4) The enzymatic composition according to Claims 1 to 3, further comprising food additives with thickening, gelling, and stabilizing function.

5) The enzymatic composition according to Claim 4, comprising microcrystalline cellulose.

6) Use of the enzymatic composition comprising L-asparaginase, sodium bicarbonate, and food additives as technological adjuvant for reducing the amount of acrylamide in the preparation of fresh and/or pre-fried foods, and/or pre-fried and frozen foods, that are to be fried or baked.

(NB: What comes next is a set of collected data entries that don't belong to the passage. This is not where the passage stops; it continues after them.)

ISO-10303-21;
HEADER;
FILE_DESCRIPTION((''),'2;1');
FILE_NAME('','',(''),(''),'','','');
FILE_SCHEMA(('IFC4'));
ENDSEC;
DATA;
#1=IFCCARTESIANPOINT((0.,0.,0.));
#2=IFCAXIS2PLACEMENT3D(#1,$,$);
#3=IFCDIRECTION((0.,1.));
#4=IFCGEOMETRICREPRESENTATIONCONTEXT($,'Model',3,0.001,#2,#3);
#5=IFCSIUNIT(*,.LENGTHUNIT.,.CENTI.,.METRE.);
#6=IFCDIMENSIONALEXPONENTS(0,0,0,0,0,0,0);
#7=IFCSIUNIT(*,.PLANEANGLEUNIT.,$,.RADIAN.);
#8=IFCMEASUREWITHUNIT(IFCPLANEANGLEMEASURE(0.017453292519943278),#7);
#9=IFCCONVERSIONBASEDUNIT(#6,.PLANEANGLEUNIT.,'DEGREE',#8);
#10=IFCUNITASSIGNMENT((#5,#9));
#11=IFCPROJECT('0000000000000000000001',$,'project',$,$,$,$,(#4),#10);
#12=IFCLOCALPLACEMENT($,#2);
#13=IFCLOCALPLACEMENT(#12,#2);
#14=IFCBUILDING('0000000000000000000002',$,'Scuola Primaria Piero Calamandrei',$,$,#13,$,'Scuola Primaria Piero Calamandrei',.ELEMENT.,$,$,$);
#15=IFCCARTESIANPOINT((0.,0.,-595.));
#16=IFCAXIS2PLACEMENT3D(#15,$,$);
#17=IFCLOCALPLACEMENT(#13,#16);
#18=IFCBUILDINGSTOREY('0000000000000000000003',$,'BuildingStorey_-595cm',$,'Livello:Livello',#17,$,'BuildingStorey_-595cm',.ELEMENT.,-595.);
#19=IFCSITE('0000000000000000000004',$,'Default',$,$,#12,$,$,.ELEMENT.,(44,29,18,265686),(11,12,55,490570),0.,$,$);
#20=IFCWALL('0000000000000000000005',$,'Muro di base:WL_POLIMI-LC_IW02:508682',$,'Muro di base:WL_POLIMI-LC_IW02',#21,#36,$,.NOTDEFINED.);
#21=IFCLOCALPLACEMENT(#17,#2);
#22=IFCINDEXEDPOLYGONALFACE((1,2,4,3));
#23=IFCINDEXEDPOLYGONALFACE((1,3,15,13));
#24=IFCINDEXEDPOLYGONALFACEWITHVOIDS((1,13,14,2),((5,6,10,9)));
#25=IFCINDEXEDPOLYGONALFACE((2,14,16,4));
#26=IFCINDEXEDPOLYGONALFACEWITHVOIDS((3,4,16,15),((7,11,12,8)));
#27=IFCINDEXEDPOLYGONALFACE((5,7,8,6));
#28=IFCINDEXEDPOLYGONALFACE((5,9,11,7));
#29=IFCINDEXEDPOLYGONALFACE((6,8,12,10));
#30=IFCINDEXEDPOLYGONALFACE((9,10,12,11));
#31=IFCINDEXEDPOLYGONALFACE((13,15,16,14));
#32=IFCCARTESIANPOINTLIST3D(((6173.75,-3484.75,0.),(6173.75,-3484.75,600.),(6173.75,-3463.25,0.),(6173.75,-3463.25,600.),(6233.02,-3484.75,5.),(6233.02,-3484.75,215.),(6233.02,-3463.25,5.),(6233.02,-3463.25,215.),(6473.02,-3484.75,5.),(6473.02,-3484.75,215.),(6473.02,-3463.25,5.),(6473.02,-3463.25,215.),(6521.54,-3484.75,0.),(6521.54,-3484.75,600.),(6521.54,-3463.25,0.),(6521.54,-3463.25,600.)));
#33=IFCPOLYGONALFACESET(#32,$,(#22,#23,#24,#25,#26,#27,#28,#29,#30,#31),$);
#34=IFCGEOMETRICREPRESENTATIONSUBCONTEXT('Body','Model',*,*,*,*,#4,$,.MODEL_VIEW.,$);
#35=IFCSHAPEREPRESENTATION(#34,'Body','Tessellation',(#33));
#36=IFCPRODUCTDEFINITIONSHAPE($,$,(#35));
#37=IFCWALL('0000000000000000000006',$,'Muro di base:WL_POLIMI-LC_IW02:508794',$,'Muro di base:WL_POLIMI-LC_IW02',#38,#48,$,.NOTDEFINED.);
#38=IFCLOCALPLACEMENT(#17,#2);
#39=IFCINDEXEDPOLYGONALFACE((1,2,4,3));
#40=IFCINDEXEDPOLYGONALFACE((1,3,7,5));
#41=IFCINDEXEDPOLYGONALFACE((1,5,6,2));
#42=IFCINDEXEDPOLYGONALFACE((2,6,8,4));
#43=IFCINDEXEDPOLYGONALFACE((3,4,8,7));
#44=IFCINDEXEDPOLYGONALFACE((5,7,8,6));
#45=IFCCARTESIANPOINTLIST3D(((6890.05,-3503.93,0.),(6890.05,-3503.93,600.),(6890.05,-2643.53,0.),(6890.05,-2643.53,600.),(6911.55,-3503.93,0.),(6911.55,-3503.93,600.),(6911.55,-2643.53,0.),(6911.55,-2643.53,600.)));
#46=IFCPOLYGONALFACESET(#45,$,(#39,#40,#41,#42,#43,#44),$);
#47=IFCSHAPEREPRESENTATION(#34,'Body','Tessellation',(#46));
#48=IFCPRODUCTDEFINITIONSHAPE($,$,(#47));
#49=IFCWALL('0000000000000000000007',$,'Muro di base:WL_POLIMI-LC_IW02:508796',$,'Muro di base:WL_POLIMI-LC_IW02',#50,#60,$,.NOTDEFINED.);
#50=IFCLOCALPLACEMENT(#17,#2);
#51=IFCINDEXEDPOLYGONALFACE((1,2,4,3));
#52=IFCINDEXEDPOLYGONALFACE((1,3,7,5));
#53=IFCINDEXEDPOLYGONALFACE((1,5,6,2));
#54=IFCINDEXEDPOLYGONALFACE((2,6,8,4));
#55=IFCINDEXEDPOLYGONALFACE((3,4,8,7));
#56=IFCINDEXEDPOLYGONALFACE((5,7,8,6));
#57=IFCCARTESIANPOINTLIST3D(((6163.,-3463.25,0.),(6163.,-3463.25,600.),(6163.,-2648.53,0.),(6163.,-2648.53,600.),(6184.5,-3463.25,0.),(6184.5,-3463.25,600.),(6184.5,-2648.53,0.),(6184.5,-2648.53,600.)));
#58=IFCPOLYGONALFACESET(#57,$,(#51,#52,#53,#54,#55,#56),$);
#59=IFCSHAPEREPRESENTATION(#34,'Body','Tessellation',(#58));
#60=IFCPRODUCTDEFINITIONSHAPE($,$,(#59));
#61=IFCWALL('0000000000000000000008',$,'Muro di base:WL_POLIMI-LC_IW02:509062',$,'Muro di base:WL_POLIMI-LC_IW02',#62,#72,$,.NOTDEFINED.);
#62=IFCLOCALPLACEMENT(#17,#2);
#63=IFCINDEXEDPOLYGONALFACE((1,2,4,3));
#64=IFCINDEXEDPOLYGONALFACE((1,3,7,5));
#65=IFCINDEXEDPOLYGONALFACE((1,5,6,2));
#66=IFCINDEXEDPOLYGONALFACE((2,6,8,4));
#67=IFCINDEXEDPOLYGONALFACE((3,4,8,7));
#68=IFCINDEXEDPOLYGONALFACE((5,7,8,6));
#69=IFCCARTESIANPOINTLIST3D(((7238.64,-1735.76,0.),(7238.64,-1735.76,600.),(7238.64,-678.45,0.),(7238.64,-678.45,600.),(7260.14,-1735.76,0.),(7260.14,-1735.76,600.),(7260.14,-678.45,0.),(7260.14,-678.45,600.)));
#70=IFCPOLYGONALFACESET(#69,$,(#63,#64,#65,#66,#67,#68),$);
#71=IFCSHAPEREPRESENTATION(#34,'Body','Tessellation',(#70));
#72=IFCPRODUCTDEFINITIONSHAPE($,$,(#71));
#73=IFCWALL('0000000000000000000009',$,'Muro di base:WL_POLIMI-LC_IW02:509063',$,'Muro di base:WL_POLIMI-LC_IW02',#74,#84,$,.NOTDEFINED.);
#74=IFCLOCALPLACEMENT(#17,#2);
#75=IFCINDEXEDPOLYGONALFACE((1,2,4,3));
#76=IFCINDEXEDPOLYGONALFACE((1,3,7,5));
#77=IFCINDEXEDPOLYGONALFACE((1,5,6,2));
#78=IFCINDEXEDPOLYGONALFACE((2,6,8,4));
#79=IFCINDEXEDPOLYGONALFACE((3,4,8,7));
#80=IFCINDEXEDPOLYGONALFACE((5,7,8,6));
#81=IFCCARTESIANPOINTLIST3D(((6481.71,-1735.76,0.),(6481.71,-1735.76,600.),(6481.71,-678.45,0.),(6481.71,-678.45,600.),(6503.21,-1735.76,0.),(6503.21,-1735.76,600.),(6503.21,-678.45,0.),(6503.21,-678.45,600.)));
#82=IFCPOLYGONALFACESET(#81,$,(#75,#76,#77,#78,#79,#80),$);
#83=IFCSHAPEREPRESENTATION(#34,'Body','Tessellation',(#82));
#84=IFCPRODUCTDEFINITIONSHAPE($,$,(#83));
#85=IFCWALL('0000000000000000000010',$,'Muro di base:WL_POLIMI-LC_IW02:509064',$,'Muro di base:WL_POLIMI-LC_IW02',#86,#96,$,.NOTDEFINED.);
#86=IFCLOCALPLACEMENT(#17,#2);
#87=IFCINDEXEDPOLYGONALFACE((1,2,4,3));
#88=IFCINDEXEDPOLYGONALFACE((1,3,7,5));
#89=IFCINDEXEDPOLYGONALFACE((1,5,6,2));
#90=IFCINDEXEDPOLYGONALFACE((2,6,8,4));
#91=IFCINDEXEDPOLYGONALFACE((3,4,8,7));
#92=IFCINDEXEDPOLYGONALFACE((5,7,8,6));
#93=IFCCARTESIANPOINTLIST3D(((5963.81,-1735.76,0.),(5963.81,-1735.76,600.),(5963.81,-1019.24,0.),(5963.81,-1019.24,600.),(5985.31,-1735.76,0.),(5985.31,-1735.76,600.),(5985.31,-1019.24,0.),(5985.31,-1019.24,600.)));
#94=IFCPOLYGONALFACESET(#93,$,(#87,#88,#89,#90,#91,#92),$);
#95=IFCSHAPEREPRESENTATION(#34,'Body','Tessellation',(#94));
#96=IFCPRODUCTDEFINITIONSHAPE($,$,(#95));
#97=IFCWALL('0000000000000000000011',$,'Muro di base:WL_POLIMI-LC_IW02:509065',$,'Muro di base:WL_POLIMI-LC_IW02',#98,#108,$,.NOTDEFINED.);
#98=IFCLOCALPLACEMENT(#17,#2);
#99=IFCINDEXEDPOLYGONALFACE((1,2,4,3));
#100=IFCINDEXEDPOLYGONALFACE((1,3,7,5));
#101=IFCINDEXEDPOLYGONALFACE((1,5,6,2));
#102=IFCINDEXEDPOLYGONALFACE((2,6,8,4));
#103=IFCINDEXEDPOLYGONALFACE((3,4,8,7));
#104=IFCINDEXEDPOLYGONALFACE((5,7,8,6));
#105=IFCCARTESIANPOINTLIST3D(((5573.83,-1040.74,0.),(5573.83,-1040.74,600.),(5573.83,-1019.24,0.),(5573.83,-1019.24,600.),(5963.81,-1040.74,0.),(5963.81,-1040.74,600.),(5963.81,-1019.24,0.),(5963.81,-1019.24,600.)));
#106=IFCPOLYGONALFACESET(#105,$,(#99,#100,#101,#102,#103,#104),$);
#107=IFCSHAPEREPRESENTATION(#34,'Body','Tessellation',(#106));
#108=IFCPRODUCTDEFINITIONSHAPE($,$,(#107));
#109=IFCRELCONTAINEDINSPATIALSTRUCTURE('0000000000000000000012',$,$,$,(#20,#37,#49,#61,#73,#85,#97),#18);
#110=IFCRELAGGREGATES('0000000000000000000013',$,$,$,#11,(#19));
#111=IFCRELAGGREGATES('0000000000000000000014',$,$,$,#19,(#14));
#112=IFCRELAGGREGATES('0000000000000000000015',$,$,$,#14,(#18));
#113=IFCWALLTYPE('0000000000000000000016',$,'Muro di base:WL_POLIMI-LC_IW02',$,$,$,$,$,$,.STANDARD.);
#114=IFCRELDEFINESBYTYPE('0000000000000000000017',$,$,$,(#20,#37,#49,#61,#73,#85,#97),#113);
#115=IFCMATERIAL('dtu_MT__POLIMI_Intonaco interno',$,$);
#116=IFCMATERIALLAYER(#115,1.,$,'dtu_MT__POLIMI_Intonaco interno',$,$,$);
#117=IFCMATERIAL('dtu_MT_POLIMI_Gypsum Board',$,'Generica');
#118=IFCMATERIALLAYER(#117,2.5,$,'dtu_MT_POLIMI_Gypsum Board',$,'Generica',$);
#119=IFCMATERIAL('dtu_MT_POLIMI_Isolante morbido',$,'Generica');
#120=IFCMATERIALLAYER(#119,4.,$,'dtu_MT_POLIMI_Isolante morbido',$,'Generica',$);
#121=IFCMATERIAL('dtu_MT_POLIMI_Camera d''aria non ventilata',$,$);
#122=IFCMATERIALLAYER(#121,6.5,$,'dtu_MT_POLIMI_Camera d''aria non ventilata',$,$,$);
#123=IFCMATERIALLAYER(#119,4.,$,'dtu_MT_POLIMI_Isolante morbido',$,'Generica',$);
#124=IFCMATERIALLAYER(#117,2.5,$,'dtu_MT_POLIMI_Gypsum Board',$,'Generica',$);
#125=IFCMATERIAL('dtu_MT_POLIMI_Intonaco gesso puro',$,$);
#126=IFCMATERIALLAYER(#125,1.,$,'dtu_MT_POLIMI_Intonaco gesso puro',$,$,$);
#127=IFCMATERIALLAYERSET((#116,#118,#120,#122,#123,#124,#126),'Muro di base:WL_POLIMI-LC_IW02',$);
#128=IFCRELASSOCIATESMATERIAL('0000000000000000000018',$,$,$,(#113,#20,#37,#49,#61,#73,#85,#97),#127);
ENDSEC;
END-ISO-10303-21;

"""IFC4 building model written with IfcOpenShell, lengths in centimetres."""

from ifc_helpers import new_model, entity, si_unit, converted_unit, direction, frame, frame_2d, origin, place, context, subcontext, project, spatial, rectangle, extrude, material, layer, layer_set, layer_usage, type_object, element, save


model = new_model("IFC4")

# Units and contexts
model_context = context("Model", 3, precision=0.001, world=origin(), true_north=direction((0.0, 1.0)))
body_context = subcontext(model_context, "Body", "Model", "MODEL_VIEW")
ifc_project = project(units=[si_unit("LENGTHUNIT", "METRE", prefix="CENTI"), converted_unit("PLANEANGLEUNIT", "DEGREE", entity("IfcPlaneAngleMeasure", 0.017453292519943278), si_unit("PLANEANGLEUNIT", "RADIAN"), dimensions=[0, 0, 0, 0, 0, 0, 0])], contexts=[model_context])

# Site, building, storey
site_placement = place(None, origin())
site = spatial("IfcSite", under=ifc_project, at=site_placement, Name="Default", CompositionType="ELEMENT", RefLatitude=(44, 29, 18, 265686), RefLongitude=(11, 12, 55, 490570), RefElevation=0.0)
building_placement = place(site_placement, origin())
building = spatial("IfcBuilding", under=site, at=building_placement, Name="Scuola Primaria Piero Calamandrei", LongName="Scuola Primaria Piero Calamandrei", CompositionType="ELEMENT")
storey_placement = place(building_placement, frame((0.0, 0.0, -595.0)))
storey = spatial("IfcBuildingStorey", under=building, at=storey_placement, Name="BuildingStorey_-595cm", ObjectType="Livello:Livello", LongName="BuildingStorey_-595cm", CompositionType="ELEMENT", Elevation=-595.0)

# Shared definitions
ifc_material_1 = material(Name="dtu_MT__POLIMI_Intonaco interno")
ifc_material_2 = material(Name="dtu_MT_POLIMI_Isolante morbido", Category="Generica")
ifc_material_3 = material(Name="dtu_MT_POLIMI_Gypsum Board", Category="Generica")
ifc_layer_1 = layer(ifc_material_1, 1.0, Name="dtu_MT__POLIMI_Intonaco interno")
ifc_layer_2 = layer(ifc_material_3, 2.5, Name="dtu_MT_POLIMI_Gypsum Board", Category="Generica")
ifc_layer_3 = layer(ifc_material_2, 4.0, Name="dtu_MT_POLIMI_Isolante morbido", Category="Generica")
ifc_material_4 = material(Name="dtu_MT_POLIMI_Camera d'aria non ventilata")
ifc_layer_4 = layer(ifc_material_4, 6.5, Name="dtu_MT_POLIMI_Camera d'aria non ventilata")
ifc_layer_5 = layer(ifc_material_2, 4.0, Name="dtu_MT_POLIMI_Isolante morbido", Category="Generica")
ifc_layer_6 = layer(ifc_material_3, 2.5, Name="dtu_MT_POLIMI_Gypsum Board", Category="Generica")
ifc_material_5 = material(Name="dtu_MT_POLIMI_Intonaco gesso puro")
ifc_layer_7 = layer(ifc_material_5, 1.0, Name="dtu_MT_POLIMI_Intonaco gesso puro")
ifc_layer_set_1 = layer_set([ifc_layer_1, ifc_layer_2, ifc_layer_3, ifc_layer_4, ifc_layer_5, ifc_layer_6, ifc_layer_7], Name="Muro di base:WL_POLIMI-LC_IW02")
wall_type_1 = type_object("IfcWallType", Name="Muro di base:WL_POLIMI-LC_IW02", PredefinedType="STANDARD", material=ifc_layer_set_1)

7) A method for reducing the amount of acrylamide in fresh foods and/or pre-fried and frozen foods in the preparation of a food product to be fried or baked, comprising the steps of:

- dissolving an amount of enzymatic composition comprising L-asparaginase , sodium bicarbonate, and appropriate food additives, in a volume of running water, or, in the case of a frozen product, in its thawing water, such as to wet the amount of food to be treated completely;

- wet completely, by dipping or sprinkling, the vegetables reduced into sizes suitable for the subsequent cooking stage with the enzymatic composition in aqueous solution at room temperature for approximately 20 minutes;

- removing the aqueous solution, possibly further washing the vegetables rapidly in water, and drying them;

- frying the vegetables or subjecting them to thermal treatment for cooking.

8) The method according to Claim 7, wherein the food derives from a raw material of vegetable origin with high starch content.

9) The method according to Claim 7 and 8, wherein the vegetable food is potato, sweet potato, tapioca, yam, carrot, turnip, or parsnip.

10) Food obtained by means of the method according to Claims 7 to 9.